[[ SOURCE RECORDS open ]]
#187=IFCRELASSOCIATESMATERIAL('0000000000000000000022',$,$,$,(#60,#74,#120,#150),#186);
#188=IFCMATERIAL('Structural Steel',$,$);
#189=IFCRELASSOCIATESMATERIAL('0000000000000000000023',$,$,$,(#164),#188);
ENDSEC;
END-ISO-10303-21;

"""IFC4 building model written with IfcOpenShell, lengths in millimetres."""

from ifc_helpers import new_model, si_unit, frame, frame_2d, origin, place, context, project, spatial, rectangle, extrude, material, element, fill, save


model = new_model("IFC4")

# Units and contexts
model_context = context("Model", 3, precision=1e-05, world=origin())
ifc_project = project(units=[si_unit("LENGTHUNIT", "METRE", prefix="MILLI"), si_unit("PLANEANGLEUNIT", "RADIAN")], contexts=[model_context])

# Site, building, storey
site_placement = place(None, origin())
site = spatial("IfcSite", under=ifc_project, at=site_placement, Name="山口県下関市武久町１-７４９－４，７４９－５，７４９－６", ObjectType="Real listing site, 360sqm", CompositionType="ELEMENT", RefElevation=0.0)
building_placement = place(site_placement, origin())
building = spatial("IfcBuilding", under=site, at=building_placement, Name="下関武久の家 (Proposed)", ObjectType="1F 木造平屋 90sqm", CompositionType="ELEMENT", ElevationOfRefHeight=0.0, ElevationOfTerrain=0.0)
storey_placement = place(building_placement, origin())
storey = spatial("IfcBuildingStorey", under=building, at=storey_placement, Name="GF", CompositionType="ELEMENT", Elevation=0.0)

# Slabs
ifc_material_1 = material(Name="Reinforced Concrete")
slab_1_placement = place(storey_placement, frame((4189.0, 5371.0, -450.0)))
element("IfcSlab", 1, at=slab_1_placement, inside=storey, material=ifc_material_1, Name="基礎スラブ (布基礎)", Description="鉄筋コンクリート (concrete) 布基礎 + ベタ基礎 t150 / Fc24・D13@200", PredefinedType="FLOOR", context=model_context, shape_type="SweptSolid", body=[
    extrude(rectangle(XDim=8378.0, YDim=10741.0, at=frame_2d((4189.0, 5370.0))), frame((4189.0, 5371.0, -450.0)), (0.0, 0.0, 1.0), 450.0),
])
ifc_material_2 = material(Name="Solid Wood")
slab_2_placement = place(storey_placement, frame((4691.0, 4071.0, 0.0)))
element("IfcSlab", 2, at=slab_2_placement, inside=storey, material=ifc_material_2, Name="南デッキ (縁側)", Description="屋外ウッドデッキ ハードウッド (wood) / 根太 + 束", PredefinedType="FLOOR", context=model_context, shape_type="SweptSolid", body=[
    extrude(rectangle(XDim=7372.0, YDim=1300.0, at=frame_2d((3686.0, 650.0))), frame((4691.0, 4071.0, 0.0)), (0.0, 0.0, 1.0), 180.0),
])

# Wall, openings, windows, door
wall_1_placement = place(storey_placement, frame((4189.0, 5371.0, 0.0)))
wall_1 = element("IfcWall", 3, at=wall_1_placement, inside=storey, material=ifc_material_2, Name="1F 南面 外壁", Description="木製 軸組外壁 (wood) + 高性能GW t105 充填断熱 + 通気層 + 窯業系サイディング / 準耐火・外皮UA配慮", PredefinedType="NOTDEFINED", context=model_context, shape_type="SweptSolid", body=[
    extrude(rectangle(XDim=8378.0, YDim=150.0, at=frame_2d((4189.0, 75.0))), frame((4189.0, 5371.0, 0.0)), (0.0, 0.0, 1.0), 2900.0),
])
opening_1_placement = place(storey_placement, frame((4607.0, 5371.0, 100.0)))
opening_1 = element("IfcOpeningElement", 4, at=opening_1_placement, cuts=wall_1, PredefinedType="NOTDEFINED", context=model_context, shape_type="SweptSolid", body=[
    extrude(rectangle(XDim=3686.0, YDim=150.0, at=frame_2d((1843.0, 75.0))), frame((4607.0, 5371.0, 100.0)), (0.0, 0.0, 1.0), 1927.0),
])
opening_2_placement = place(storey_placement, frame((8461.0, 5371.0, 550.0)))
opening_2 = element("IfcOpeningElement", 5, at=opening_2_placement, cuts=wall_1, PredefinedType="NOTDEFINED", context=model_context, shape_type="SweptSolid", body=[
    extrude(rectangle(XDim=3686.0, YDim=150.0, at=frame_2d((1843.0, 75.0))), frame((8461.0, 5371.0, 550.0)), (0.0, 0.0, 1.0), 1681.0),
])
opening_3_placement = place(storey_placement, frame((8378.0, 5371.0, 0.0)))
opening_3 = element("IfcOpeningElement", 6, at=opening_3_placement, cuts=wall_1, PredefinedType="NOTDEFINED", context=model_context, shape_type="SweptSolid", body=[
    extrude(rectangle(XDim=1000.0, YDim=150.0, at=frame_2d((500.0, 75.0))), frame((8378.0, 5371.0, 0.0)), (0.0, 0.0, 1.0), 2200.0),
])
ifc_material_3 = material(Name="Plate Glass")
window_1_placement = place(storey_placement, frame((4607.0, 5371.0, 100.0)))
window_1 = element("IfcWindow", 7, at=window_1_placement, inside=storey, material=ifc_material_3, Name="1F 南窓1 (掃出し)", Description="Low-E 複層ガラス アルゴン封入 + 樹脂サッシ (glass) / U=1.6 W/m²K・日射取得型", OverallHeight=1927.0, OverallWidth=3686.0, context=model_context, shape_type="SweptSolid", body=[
[[ SOURCE RECORDS closed ]]
• [YOUR OBJECTIVE]
Look through the data above. Copy every line with the string "Description" in it.

• [ANSWER BOX]
element("IfcSlab", 1, at=slab_1_placement, inside=storey, material=ifc_material_1, Name="基礎スラブ (布基礎)", Description="鉄筋コンクリート (concrete) 布基礎 + ベタ基礎 t150 / Fc24・D13@200", PredefinedType="FLOOR", context=model_context, shape_type="SweptSolid", body=[
element("IfcSlab", 2, at=slab_2_placement, inside=storey, material=ifc_material_2, Name="南デッキ (縁側)", Description="屋外ウッドデッキ ハードウッド (wood) / 根太 + 束", PredefinedType="FLOOR", context=model_context, shape_type="SweptSolid", body=[
wall_1 = element("IfcWall", 3, at=wall_1_placement, inside=storey, material=ifc_material_2, Name="1F 南面 外壁", Description="木製 軸組外壁 (wood) + 高性能GW t105 充填断熱 + 通気層 + 窯業系サイディング / 準耐火・外皮UA配慮", PredefinedType="NOTDEFINED", context=model_context, shape_type="SweptSolid", body=[
window_1 = element("IfcWindow", 7, at=window_1_placement, inside=storey, material=ifc_material_3, Name="1F 南窓1 (掃出し)", Description="Low-E 複層ガラス アルゴン封入 + 樹脂サッシ (glass) / U=1.6 W/m²K・日射取得型", OverallHeight=1927.0, OverallWidth=3686.0, context=model_context, shape_type="SweptSolid", body=[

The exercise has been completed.